The software developed is divided in three parts. The first one is the robot firmware, that allows drive the motors, read the sensor, and implement controllers. Second one is the "central controller board" firmware and drivers. Finally the user interface to send start/stop commands to the robots and processing overhead camera images.
The Robot Sketch is a basic template write in C code that shown the basic functionalities of the robot. It also provides all ( Here ) the libraries to drive the complete set of the robot peripherals, read the entire sensors set, and also apply controllers to perform different tasks. Read the documentation inside the code. For work over this sketch you are going to need the avr studio IDE.

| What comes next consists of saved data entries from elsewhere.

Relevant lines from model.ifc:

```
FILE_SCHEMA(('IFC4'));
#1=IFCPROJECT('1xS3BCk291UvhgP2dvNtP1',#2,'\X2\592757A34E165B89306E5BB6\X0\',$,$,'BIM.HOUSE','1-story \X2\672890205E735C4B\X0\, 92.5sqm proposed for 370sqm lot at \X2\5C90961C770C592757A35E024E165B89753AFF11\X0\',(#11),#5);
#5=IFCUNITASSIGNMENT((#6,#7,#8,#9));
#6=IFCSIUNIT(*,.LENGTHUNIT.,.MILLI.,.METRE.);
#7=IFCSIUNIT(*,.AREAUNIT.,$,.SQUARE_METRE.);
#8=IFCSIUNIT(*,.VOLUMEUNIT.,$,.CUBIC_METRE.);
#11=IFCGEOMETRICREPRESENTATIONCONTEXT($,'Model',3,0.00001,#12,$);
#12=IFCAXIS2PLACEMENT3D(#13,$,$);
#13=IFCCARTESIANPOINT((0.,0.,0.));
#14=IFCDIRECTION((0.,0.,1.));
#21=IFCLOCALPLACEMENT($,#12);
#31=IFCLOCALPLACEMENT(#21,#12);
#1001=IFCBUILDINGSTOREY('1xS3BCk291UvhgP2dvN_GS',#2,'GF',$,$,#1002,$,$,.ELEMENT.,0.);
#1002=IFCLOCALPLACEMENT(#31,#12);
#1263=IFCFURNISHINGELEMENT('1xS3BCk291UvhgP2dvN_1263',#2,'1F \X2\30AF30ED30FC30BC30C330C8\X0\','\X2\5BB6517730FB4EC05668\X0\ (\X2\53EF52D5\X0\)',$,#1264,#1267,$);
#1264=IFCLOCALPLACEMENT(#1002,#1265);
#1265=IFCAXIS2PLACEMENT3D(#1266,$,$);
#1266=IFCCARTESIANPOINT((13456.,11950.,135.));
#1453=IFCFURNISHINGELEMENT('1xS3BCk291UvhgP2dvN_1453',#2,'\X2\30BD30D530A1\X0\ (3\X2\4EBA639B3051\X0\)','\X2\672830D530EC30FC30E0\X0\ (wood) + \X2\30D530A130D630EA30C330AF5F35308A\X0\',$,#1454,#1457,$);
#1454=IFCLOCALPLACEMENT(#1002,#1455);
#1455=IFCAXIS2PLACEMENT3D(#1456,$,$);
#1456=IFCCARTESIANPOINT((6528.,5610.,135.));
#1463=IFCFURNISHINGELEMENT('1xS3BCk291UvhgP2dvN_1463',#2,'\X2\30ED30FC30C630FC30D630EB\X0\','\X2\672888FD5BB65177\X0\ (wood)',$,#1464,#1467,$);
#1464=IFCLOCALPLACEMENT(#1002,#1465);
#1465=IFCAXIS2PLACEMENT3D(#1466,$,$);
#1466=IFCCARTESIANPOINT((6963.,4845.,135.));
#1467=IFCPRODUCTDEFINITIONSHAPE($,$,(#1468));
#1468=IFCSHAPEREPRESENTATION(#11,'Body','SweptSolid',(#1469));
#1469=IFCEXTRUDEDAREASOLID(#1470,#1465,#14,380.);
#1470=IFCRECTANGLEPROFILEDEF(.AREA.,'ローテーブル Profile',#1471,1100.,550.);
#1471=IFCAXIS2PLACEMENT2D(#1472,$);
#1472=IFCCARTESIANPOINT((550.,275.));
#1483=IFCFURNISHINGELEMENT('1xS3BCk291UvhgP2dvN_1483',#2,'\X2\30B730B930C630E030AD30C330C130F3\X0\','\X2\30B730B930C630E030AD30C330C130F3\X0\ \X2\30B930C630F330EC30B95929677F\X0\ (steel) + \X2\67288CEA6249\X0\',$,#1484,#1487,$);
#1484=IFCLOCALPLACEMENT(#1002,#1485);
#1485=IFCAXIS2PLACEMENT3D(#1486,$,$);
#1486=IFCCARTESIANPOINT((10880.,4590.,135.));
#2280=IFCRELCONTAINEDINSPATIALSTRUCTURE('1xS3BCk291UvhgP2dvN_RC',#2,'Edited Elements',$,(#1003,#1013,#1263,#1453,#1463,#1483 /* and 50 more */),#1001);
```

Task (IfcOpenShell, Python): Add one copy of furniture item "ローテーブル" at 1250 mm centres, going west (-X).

```python
import numpy as np
import ifcopenshell
import ifcopenshell.api.geometry
import ifcopenshell.api.root
import ifcopenshell.util.element
import ifcopenshell.util.placement
import ifcopenshell.util.unit

model = ifcopenshell.open("model.ifc")
unit_scale = ifcopenshell.util.unit.calculate_unit_scale(model)


def reuse_history(source, copy):
    """copy_class also copies each property set's owner history, people and application; keep the originals."""
    for rel in copy.IsDefinedBy:
        if rel.is_a("IfcRelDefinesByProperties") and (history := rel.RelatingPropertyDefinition.OwnerHistory):
            rel.RelatingPropertyDefinition.OwnerHistory = source.OwnerHistory
            ifcopenshell.util.element.remove_deep2(model, history)


source = model.by_guid("1xS3BCk291UvhgP2dvN_1463")
base = ifcopenshell.util.placement.get_local_placement(source.ObjectPlacement)
step = np.array([-1.0, 0.0, 0.0]) * 1.25 / unit_scale

for i in range(1, 2):
    copy = ifcopenshell.api.root.copy_class(model, product=source)
    copy.Representation = ifcopenshell.util.element.copy_deep(
        model, source.Representation, exclude=["IfcGeometricRepresentationContext", "IfcRepresentationMap"]
    )
    reuse_history(source, copy)
    matrix = base.copy()
    matrix[:3, 3] += i * step
    print("added at", matrix[:3, 3].round(3) + 0.0)
    ifcopenshell.api.geometry.edit_object_placement(model, product=copy, matrix=matrix, is_si=False)

model.write("model_edited.ifc")
```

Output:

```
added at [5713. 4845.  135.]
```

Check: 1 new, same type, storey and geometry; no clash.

Central ControllerAVRISP programmer
As it was explained in the previous sections the central controller board can be used as a programmer using AVRISP-mkII. In the Programmer folder you could find AVRISP.hex and the Flip Installer - 18.104.22.168.exe. Enter in the Flip-mode and the load the AVRISP.hex file. Then you could use the programmer as AVR-ISPmkII programmer.Central Controller Firmware
In the folder "programmer", the ATMEL-STUDIO project "USB NRF24L01" is the firmware to communicate the Java user interface over USB protocol, with the robots, wirelessly via NRF24L01 module.User Control
In the folder CentralControllerSW you could find the open CV installer and the JAVA-USB utility. Also the Java project "Central Controller" to communicate the user with the robots and camera via Java program interface. You could use Eclipse-IDE to modify and launch this code.